I try to describe a 3D swipe gesture (only vertical or horizontal, no diagonals) over a certain flat surface, using conventional geometry or similar techniques without machine learning (hidden Markov model, artificial neural networks, etc. are therefore excluded) possible. From several observations of the data retrieved from the device, I concluded that a stroke can be described "slightly" as a curve (or in some cases as a really straight line). With this question, I would like to know how a curve and a curve movement can be described in simple geometric terms in the most efficient (mostly speed, but also memory-related) way.
The article is divided into two parts – one that contains information about the data used and one that gives an overview of what I have come up with so far. Apologize in advance for my poor painting skills. : D
The 3D position data
The device I use transmits 3D points, each representing the position of the hand at a specific point in time. I can record and evaluate them. The following image shows the graphical representation of the data from two different perspectives – from top to bottom and isometric (more or less):
- XY plane view (also known on the left as Top down view) – Only the values along the X and Y axes are taken into account for each sample. This view represents the surface of the device over which the movement of the hand is recorded
- XYZ view (right also known as isometric view) – All three axes are taken into account for each sample. This view represents the complete 3D movement in a volume above the device surface, which defines the area in which gestures can be recognized
In the next picture I added the hand movement recognized by the device:
The actual movement looks something like this:
Based on the observation of the actual and the movement detected by the device, I can mark almost half of the samples that the device gave me as invalid, namely all limit values (a position along each axis can be between 0 and 65534) that this does not describe the actual movement of the hand from the point of view of the user of the device (in the image below, invalid data is shown as the part of the trajectory that is covered by a polygon):
Of course, sometimes the "valid" part of the trajectory is rather small compared to the invalid data:
The algorithm described below does not matter how big the valid data is, as long as there are at least 2 samples that meet the requirement that they are not limit positions, ie X and Y differ from 0 and 65534. This results in a problem I'll go into more detail in the next part of this post.
Describe the movement
I thought about it and came up with the following:
Extract only the set of valid samples that exclude all with an edge position
For each sample, generate a local XY coordinate system that is aligned with the XY coordinate system of the device surface (for simplification :)):
Next, I consider calculating the vector between the current and the next sample (if any) and calculating the angle between this vector and the X axis (this can also be done with the Y axis):
Based on the size of each angle, I can determine whether the movement between the current and the next sample tends more towards the horizontal or vertical and also in which direction.

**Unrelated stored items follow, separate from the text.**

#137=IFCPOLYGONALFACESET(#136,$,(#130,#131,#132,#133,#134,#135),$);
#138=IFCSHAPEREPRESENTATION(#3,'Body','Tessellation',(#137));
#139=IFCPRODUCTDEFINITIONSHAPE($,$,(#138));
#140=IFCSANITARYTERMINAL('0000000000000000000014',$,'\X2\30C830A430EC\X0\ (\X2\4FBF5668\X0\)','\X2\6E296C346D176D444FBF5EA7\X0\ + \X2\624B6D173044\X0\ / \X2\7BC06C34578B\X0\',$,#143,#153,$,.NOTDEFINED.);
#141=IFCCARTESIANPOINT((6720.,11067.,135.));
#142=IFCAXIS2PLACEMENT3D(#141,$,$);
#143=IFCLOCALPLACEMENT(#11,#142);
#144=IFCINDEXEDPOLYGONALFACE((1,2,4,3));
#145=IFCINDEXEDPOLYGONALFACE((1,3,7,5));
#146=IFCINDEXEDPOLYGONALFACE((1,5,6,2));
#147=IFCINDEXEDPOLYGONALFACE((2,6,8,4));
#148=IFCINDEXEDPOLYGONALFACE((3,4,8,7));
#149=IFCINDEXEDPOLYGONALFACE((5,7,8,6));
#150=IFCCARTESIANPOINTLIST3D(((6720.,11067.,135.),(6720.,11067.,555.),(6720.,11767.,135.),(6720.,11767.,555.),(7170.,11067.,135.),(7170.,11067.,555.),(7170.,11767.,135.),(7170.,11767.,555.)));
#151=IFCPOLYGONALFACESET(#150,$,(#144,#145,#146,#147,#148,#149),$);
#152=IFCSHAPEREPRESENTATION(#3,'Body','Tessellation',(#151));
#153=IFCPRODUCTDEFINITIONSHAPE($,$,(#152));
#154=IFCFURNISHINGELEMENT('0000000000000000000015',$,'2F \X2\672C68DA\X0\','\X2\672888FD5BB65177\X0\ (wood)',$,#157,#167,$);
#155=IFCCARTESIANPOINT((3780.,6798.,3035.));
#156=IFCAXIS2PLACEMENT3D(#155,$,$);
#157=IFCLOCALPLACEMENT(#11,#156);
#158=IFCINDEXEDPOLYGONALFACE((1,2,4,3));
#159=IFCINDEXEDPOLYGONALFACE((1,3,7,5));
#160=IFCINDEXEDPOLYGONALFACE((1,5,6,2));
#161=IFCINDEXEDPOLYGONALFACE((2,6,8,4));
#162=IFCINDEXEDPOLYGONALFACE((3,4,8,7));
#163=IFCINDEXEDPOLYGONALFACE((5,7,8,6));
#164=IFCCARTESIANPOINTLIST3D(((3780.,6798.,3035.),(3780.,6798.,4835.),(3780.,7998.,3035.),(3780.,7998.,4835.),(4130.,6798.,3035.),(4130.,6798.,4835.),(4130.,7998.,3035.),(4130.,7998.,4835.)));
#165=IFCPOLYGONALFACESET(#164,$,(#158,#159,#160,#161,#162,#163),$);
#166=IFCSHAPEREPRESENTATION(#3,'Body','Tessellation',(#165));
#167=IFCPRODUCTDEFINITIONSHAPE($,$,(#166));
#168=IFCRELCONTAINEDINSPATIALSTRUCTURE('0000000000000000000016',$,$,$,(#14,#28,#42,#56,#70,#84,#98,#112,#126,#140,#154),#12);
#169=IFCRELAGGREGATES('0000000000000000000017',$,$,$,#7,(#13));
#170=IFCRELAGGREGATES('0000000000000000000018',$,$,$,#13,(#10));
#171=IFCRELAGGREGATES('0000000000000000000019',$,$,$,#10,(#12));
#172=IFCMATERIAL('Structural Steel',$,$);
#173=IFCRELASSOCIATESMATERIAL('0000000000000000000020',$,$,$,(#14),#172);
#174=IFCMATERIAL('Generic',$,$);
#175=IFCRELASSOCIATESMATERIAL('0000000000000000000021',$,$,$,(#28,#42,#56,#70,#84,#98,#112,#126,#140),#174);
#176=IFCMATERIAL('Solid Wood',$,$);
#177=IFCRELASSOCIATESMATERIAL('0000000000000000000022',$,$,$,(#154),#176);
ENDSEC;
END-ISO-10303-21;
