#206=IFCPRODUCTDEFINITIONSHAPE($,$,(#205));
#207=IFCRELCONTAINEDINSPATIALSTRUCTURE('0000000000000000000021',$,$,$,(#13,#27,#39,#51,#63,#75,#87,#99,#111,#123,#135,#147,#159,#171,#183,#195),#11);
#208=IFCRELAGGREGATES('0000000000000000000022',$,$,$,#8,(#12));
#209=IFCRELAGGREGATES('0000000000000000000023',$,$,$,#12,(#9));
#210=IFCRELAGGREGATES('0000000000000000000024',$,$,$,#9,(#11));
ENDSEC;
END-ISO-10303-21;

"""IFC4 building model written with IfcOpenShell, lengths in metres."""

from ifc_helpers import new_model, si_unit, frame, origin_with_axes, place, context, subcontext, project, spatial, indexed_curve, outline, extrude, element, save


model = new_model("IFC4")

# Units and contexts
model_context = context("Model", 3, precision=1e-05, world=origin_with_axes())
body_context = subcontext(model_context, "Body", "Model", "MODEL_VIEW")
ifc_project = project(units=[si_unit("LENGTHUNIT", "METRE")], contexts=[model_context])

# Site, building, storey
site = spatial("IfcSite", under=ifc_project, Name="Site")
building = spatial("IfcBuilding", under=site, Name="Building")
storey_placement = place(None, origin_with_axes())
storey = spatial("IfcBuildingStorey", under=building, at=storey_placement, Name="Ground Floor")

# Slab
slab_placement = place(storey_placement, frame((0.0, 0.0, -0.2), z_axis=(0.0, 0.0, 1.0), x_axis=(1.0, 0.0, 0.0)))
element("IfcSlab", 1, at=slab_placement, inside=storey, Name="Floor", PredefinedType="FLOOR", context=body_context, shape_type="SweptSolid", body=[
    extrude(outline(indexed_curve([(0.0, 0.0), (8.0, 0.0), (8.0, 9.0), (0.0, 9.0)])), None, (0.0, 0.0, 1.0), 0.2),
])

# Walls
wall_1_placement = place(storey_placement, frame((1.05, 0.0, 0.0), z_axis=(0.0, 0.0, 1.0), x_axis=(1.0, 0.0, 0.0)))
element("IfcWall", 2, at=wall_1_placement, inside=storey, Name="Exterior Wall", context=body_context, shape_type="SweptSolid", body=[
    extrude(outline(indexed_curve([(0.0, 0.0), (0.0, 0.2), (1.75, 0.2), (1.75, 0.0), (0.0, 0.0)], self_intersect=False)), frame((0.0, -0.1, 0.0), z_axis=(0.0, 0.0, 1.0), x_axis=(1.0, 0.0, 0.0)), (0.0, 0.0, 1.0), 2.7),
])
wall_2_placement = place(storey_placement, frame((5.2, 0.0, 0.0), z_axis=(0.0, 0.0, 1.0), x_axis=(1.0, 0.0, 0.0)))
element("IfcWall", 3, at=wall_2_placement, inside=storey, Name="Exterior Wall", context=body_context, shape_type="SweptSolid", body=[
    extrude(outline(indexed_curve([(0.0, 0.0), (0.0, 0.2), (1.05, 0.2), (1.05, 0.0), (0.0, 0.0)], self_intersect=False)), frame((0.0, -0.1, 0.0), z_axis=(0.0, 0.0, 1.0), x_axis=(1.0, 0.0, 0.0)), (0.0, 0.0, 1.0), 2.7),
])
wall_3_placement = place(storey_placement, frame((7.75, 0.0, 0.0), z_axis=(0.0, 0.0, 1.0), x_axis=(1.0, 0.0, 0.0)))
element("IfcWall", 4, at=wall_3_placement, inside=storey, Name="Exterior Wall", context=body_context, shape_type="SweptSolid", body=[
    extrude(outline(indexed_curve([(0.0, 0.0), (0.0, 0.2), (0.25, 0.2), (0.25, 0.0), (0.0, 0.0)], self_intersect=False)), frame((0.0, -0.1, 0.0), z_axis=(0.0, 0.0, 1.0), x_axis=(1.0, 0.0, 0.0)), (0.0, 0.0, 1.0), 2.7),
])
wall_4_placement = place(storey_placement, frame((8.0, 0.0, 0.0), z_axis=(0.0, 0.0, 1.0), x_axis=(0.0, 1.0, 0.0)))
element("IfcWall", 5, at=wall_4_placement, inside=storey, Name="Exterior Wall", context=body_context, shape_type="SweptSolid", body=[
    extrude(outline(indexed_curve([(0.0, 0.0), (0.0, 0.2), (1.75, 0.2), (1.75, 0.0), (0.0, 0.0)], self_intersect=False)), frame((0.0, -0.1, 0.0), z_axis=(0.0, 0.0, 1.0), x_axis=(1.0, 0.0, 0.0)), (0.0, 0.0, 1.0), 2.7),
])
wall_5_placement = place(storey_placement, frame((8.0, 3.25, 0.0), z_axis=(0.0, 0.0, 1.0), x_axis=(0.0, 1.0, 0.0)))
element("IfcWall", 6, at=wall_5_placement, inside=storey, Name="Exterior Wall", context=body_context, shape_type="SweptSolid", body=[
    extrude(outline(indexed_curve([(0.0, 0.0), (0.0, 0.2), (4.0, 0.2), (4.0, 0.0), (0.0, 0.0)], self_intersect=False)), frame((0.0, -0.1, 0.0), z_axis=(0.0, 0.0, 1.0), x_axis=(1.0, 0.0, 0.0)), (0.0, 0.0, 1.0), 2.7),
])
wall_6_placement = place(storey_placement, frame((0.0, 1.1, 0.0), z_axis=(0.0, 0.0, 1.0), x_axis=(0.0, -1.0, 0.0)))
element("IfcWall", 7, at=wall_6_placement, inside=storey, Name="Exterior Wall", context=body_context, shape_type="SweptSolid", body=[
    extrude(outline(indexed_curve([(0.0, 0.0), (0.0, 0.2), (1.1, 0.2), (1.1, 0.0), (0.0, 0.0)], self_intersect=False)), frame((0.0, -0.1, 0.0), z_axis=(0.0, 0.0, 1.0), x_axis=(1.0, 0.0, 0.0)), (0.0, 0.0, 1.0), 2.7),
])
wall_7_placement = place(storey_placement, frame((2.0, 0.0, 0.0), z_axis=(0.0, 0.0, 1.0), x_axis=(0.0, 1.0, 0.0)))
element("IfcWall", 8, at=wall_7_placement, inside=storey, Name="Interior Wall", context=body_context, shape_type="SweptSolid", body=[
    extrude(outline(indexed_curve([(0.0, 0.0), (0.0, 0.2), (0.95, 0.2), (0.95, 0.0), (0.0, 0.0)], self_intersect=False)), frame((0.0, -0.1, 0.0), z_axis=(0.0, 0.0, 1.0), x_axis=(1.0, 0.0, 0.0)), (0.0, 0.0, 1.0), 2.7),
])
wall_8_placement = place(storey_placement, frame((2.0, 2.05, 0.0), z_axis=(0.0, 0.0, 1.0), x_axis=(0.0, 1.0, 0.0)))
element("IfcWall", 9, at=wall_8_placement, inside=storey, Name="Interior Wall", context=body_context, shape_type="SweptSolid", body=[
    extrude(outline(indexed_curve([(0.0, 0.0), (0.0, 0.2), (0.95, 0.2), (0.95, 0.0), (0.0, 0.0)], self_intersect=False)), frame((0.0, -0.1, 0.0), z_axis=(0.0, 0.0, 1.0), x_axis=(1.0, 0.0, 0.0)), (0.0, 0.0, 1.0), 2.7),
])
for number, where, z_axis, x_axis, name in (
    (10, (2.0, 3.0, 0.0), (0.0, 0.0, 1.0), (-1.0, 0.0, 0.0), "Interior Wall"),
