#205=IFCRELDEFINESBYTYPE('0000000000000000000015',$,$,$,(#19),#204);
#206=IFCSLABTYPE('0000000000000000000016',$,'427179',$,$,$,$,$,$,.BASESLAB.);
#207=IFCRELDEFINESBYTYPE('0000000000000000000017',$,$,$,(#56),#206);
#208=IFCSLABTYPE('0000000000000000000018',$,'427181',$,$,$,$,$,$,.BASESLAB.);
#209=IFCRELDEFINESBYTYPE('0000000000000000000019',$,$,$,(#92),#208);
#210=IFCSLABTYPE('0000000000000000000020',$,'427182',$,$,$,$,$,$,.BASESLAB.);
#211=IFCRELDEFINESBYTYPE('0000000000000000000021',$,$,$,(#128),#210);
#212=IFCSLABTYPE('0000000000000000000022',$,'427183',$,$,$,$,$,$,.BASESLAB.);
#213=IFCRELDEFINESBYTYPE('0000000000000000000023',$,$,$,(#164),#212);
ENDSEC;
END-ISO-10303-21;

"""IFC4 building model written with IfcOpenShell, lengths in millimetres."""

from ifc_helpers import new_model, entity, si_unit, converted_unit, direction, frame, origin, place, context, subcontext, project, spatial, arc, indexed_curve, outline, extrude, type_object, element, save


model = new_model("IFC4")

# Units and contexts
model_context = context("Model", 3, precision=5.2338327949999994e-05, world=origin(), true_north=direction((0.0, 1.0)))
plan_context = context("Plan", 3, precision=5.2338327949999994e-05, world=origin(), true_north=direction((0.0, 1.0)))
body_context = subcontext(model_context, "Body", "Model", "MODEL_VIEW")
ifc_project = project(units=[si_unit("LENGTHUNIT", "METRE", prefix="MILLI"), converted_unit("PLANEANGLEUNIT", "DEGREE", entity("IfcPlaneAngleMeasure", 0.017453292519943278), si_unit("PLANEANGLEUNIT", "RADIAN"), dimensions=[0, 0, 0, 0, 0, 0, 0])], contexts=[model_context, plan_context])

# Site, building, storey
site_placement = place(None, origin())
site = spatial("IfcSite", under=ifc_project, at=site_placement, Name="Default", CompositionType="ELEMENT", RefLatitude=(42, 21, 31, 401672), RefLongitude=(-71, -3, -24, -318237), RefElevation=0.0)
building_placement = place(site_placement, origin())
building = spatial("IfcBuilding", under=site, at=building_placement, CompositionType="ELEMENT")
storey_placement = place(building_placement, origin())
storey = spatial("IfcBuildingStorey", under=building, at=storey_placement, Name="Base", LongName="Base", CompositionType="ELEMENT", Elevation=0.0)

This should enable me to determine the general direction of the wiping movement as well as the position above the surface. I swiped a lot: D, but since I want to describe this more formally, of course I have to describe my results, so I have to find a way to describe and classify a curve based on its properties. Maybe calculate the curvature of the entire trajectory?
There are, of course, some problems with this algorithm that came to my mind:
I searched online before thinking about creating the algorithm described above, but couldn't find anything. Even the topic of curve classification doesn't seem to be that popular, or the search terms I use are too extensive / restrictive. The classification here is not that important (as opposed to the following ones), but it would still be nice to divide the resulting curves into sets, each representing a swipe gesture.
The next thing I thought about is curve fitting. I've read articles about it, but apart from a few assignments at my university during the math course, I was only concerned about Bezier curves. Can someone tell me if curve fitting is a plausible solution for my case? There it is curve fitting One might rightly assume that we need an initial curve against which we want to adapt. This would require the detection of wiping motions and then the extraction of a possible optimal curve which is something like an "average" of all curves for a given wiping. I can use the first algorithm I described above to get a compact description of a curve, and then save and analyze multiple curves for a given beat to get the "perfect" curve. How do you proceed with curve classification?